Дружить с ним значило всего-навсего подвергаться его нападкам не по каждому поводу. Враждовать с ним значило годами служить мишенью для маленьких заметок в «Баварской страже». Каждая из них сама по себе была безобидна, как оспинка, но все вместе они обезображивали свою жертву, как оспенная болезнь. Жаловаться на них в суд было бессмысленно. Заметки Хебзакера были неуязвимы, они обычно содержали многозначительный оборот, «если верить слухам…». Кроме того, сутяжничество было страстью самого Хебзакера: больше всего, помимо своей газеты, он любил судебные дрязги. На его средства жили три адвоката - он мог себе это позволить, его жена была дочерью владельца пивоваренного завода, - пространные заявления которых писались обычно под его собственную диктовку и звучали соответственно: Хебзакер был баварцем, хотел им быть, подчеркивал это и потому всем грубил. Этой нарочитой грубостью он выручал в предвыборных боях министра своей христианско-католической партии, с которым его связывали общие интересы. А министр в свою очередь подбрасывал ему косвенные денежные подспорья и прямую информацию, каковой и пользовалась «Баварская стража».

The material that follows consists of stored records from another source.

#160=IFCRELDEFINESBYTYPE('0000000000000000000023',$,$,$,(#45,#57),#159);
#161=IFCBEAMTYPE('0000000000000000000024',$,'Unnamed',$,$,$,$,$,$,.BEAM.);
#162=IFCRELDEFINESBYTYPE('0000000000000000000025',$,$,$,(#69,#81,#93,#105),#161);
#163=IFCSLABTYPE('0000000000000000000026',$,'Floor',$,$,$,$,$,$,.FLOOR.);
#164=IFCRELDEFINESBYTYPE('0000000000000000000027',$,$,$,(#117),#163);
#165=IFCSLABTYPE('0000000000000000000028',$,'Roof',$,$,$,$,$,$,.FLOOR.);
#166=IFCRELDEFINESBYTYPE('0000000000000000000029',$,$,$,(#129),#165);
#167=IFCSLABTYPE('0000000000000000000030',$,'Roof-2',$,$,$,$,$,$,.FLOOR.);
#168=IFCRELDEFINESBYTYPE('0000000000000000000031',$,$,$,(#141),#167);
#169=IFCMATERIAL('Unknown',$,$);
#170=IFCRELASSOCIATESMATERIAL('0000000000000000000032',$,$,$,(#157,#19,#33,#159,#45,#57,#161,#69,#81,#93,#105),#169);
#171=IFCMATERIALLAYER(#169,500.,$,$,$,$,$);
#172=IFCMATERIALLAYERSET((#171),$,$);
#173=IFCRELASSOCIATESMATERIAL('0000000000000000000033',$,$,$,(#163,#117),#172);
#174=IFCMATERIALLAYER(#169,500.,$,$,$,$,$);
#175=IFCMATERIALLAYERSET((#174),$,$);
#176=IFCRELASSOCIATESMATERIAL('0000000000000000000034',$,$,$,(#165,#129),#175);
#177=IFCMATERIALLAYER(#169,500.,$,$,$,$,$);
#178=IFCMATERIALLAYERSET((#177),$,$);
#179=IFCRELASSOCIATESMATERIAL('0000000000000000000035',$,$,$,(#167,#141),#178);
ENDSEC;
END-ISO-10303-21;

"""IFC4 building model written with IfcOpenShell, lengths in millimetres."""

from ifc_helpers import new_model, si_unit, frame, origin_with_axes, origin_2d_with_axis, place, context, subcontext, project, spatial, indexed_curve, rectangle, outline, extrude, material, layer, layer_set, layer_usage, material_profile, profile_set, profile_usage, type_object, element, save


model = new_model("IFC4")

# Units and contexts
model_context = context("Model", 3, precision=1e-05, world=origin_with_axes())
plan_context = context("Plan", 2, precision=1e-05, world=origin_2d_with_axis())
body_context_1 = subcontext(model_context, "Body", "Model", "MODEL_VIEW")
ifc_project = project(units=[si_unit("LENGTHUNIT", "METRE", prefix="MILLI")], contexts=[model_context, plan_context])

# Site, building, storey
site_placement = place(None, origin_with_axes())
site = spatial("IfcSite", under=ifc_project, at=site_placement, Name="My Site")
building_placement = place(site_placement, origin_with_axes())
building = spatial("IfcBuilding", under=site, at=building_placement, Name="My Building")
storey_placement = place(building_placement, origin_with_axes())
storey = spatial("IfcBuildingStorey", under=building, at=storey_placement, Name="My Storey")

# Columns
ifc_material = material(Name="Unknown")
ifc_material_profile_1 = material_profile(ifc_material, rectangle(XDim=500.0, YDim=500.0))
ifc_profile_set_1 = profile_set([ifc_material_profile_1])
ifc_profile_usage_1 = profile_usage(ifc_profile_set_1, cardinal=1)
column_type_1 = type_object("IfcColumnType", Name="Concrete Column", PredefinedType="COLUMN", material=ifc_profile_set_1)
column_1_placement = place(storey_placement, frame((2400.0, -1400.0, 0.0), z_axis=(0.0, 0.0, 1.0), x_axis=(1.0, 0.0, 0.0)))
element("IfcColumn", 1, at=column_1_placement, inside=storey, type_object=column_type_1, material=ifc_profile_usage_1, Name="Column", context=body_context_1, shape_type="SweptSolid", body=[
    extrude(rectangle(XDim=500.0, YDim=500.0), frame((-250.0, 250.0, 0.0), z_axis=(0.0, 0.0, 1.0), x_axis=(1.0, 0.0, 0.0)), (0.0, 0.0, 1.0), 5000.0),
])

Эти факты были известны, и Грисбюль тоже о них знал. Они не сбивали его с толку: он любил узнавать людей, а как ни примитивен был духовный облик Хебзакера, успеха тот умел добиваться, и тираж его газеты рос гораздо быстрее, чем росла его грубость. Грисбюль считал, что Хебзакер был тем человеком, который должен был участвовать в деле вместо Альтбауэра: этот грубиян как нельзя более подходил для того, чтобы «выпихнуть из седла» Альтбауэра. Чем платил Хебзакер за любезность своего министра, не частью ли своей доли в ожидаемой наживе, - это помощника не интересовало. У него была одна цель - узнать, кто был тот второй человек, что находился на даче в момент убийства Альтбауэра. Хебзакер? Этот вполне мог взять на себя прямые переговоры неприятного свойства: он способен был провести их с нужной твердостью и пригрозить, что позаботится о неодобрении проекта министром, которое означало для Альтбауэра полный провал.